### Saved data entries:
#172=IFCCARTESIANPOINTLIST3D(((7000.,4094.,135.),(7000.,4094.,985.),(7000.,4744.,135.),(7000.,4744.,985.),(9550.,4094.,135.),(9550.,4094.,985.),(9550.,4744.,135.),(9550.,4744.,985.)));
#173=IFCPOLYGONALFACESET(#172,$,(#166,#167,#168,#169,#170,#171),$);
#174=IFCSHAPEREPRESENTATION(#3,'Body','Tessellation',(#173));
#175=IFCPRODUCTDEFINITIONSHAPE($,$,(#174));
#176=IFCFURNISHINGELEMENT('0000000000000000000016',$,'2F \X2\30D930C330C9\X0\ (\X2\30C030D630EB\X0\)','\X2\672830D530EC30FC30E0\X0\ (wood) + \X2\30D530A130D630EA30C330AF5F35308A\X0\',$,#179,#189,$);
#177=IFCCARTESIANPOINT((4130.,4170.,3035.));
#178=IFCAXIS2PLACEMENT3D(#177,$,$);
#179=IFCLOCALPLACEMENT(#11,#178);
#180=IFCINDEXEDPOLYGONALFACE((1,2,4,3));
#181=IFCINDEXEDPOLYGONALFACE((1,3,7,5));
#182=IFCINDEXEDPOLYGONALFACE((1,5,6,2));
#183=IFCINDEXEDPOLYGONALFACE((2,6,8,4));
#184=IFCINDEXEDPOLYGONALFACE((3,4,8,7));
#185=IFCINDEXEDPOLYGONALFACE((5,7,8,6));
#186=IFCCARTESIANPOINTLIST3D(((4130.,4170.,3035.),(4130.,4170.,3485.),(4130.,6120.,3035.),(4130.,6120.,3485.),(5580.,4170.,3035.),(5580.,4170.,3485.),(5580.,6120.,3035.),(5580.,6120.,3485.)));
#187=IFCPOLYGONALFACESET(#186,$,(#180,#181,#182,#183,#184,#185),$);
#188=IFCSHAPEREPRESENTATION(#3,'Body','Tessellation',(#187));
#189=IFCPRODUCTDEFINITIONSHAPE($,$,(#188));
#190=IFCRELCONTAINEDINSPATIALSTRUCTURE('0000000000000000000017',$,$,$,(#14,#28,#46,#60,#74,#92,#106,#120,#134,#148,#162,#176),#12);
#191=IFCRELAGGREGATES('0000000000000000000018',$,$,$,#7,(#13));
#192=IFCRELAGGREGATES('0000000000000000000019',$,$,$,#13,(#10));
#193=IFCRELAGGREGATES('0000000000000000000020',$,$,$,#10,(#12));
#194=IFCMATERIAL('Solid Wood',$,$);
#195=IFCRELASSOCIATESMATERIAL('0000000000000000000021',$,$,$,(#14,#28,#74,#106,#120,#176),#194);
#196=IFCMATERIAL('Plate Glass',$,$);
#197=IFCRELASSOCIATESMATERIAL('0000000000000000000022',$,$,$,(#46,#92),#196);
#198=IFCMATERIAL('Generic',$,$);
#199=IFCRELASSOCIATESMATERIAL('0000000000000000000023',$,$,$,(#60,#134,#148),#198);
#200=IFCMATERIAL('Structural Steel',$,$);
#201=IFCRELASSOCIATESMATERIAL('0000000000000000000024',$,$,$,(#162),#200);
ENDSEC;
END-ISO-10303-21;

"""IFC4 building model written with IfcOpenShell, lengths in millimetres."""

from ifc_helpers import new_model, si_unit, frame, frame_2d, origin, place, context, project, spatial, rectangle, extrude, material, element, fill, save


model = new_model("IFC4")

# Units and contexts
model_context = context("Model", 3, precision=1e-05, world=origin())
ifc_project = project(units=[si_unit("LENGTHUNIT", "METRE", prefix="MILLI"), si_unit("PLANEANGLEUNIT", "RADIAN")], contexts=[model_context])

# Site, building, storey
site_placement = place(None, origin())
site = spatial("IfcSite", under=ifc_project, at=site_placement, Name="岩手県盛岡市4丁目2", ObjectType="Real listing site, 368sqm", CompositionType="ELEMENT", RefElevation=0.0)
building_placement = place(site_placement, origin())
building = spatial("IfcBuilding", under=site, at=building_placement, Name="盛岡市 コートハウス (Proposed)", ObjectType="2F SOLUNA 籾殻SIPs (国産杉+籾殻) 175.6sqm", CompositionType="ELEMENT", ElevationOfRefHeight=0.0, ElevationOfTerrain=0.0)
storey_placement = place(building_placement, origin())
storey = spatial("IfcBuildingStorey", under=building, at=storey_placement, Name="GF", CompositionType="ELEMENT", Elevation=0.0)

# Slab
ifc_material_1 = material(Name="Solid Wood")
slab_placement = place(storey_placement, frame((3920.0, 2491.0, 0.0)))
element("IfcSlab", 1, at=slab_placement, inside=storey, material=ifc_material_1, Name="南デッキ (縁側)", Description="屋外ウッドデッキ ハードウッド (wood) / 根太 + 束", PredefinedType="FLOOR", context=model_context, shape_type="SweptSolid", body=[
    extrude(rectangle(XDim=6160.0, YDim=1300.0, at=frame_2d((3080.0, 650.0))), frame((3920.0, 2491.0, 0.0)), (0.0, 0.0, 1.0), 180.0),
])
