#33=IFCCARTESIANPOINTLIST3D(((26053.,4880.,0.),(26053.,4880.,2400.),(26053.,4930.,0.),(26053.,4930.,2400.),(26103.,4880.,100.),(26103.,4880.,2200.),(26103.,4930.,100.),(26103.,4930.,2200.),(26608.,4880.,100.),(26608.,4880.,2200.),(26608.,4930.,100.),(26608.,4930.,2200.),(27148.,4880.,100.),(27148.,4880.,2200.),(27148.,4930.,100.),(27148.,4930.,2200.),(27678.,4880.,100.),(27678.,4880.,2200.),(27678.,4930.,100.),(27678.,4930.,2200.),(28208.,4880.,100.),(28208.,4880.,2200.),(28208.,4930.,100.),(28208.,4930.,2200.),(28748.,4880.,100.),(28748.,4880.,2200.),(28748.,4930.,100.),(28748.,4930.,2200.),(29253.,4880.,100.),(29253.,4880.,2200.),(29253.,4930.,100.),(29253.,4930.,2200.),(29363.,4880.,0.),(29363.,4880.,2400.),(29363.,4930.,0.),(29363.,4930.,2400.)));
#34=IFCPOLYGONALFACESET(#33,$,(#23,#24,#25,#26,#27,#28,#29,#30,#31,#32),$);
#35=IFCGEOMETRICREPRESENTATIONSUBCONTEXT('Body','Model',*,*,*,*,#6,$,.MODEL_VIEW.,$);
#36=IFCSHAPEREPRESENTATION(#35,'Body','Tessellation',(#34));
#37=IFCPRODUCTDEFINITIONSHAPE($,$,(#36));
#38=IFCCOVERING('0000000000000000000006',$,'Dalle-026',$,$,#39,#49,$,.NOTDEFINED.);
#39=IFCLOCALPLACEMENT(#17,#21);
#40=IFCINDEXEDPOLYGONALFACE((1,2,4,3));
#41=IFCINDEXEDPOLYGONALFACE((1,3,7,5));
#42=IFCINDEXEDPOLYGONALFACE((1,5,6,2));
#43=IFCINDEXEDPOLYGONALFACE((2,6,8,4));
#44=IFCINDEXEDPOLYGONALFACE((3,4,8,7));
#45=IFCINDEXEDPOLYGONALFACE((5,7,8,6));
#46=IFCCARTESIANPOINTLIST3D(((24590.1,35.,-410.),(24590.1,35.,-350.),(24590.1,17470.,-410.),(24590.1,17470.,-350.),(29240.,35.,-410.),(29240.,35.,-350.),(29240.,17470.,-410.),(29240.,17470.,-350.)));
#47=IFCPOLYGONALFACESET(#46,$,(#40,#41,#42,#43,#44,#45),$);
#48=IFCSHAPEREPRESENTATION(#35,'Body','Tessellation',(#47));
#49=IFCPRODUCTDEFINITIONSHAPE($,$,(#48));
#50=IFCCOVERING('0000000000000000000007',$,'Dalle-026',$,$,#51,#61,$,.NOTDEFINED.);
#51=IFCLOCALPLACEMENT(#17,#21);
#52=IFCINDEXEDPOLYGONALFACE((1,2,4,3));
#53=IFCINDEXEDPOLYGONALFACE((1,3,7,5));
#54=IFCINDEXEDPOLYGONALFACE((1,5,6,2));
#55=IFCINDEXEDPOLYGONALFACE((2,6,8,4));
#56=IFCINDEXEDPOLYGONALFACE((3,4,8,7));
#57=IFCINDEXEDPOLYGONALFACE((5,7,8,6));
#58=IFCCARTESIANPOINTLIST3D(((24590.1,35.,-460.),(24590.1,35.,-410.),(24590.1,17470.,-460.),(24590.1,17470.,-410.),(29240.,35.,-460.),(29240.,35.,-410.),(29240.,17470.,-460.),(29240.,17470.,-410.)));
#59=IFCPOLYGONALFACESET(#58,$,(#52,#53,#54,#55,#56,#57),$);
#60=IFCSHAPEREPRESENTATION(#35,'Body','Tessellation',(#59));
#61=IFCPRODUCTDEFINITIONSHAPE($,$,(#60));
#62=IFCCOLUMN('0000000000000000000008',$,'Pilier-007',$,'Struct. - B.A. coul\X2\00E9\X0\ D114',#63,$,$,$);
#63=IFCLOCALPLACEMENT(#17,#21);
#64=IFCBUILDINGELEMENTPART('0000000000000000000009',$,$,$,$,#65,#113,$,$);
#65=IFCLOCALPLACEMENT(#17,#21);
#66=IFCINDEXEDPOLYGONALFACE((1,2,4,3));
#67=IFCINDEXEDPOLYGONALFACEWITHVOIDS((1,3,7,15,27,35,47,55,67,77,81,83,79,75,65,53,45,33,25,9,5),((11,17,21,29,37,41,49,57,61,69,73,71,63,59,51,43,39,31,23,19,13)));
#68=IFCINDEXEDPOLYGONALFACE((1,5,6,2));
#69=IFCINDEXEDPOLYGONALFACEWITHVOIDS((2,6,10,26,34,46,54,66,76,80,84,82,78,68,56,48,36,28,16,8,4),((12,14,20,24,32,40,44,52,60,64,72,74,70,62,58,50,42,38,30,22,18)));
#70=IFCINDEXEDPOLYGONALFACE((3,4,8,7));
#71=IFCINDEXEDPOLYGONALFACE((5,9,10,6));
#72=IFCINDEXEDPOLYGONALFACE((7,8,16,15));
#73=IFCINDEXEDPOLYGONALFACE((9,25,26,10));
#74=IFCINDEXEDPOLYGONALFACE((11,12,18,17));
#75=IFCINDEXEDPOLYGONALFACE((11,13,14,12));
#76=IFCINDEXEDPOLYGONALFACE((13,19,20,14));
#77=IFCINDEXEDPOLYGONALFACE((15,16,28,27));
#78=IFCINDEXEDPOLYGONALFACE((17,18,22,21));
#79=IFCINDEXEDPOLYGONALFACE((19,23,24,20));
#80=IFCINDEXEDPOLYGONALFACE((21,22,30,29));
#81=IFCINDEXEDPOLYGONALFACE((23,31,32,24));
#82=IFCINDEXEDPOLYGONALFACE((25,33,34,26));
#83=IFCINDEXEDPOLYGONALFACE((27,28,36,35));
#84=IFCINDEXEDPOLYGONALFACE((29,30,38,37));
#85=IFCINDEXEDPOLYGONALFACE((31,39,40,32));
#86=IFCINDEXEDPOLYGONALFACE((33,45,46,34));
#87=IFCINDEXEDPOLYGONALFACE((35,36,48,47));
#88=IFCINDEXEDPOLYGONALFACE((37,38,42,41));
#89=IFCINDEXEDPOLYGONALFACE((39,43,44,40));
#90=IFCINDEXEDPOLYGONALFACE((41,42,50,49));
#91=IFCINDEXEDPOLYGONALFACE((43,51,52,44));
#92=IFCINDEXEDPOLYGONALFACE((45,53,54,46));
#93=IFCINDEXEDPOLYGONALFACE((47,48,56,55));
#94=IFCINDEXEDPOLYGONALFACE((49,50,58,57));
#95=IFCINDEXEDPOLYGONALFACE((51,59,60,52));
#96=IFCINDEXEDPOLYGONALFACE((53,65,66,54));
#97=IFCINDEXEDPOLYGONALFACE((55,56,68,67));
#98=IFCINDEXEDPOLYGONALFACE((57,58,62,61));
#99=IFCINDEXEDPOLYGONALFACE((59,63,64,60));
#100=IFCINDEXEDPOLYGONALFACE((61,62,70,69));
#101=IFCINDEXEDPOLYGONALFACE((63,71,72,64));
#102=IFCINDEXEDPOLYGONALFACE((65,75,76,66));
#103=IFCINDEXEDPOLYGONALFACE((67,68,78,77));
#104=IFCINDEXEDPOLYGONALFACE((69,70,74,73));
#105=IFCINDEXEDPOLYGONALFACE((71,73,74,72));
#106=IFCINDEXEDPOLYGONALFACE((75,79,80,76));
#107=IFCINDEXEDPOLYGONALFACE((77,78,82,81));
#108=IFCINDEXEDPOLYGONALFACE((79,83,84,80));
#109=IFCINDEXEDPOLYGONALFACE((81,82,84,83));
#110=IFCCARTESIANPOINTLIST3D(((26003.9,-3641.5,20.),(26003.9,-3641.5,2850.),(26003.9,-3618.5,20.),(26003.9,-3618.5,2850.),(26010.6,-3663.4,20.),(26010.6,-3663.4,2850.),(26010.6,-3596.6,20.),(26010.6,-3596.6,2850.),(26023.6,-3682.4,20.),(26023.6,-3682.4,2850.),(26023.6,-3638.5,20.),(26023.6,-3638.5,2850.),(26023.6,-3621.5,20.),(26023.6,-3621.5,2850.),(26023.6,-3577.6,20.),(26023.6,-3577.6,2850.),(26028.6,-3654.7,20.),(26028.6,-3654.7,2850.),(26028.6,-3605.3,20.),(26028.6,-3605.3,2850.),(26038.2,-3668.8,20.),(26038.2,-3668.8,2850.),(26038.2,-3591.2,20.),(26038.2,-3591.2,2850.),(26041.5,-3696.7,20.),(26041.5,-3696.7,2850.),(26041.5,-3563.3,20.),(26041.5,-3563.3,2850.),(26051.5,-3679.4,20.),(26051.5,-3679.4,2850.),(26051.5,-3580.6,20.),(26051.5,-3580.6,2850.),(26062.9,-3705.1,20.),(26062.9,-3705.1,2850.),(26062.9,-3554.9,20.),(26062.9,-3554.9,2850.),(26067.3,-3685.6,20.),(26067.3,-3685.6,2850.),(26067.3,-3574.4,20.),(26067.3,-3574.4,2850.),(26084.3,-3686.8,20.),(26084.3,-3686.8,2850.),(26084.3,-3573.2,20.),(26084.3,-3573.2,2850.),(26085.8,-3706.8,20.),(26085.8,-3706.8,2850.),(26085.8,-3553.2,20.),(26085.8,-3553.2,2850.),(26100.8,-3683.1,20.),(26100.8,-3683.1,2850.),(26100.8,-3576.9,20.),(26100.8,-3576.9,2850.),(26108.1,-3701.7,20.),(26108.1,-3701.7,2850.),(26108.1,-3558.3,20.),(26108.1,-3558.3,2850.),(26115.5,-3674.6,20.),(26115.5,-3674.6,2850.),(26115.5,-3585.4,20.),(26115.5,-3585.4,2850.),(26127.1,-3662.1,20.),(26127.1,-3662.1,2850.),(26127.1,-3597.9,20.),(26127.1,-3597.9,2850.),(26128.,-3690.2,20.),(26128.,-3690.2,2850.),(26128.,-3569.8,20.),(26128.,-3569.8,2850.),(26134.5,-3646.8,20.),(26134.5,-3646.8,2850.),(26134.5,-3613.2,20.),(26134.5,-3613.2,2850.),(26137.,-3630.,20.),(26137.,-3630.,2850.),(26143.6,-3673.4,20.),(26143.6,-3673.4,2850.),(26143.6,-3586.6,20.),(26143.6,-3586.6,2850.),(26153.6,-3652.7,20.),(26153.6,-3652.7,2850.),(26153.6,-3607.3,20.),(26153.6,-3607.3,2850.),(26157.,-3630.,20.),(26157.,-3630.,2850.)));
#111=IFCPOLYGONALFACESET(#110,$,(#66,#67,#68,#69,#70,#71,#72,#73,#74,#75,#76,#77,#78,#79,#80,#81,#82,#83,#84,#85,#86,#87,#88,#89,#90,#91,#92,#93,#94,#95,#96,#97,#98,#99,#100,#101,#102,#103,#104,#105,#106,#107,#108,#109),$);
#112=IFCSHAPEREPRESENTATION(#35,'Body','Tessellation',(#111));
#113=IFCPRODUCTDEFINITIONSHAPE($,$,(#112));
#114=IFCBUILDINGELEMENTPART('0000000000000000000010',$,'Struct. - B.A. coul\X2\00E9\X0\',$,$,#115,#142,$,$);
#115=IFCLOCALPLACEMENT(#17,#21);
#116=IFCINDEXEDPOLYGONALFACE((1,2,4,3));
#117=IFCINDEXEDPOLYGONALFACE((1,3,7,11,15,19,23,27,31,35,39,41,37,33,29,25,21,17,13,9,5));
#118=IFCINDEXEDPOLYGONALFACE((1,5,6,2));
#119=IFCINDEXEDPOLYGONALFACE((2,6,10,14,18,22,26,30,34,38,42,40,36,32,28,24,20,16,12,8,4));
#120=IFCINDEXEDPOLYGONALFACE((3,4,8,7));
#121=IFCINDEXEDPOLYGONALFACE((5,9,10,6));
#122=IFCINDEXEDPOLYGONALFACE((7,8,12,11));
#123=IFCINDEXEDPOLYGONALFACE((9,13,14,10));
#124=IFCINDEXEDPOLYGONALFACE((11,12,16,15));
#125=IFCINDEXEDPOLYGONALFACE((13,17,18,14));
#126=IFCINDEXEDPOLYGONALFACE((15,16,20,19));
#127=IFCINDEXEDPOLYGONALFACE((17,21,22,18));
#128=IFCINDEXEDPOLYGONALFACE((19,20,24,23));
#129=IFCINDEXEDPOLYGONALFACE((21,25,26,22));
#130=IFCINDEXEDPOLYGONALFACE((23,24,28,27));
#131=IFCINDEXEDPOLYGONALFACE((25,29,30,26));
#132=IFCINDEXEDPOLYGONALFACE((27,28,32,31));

### Exercise objective:
From the records above, print exactly the lines that run from the line with "#174=IFCSHAPEREPRESENTATION(#3,'Body','Tessellation',(#173));" to the line with "(\X2\30C030D630EB\X0\)','\X2\672830D530EC30FC30E0\X0\ (wood) +", inclusive.

### Problem solution:
#174=IFCSHAPEREPRESENTATION(#3,'Body','Tessellation',(#173));
#175=IFCPRODUCTDEFINITIONSHAPE($,$,(#174));
#176=IFCFURNISHINGELEMENT('0000000000000000000016',$,'2F \X2\30D930C330C9\X0\ (\X2\30C030D630EB\X0\)','\X2\672830D530EC30FC30E0\X0\ (wood) + \X2\30D530A130D630EA30C330AF5F35308A\X0\',$,#179,#189,$);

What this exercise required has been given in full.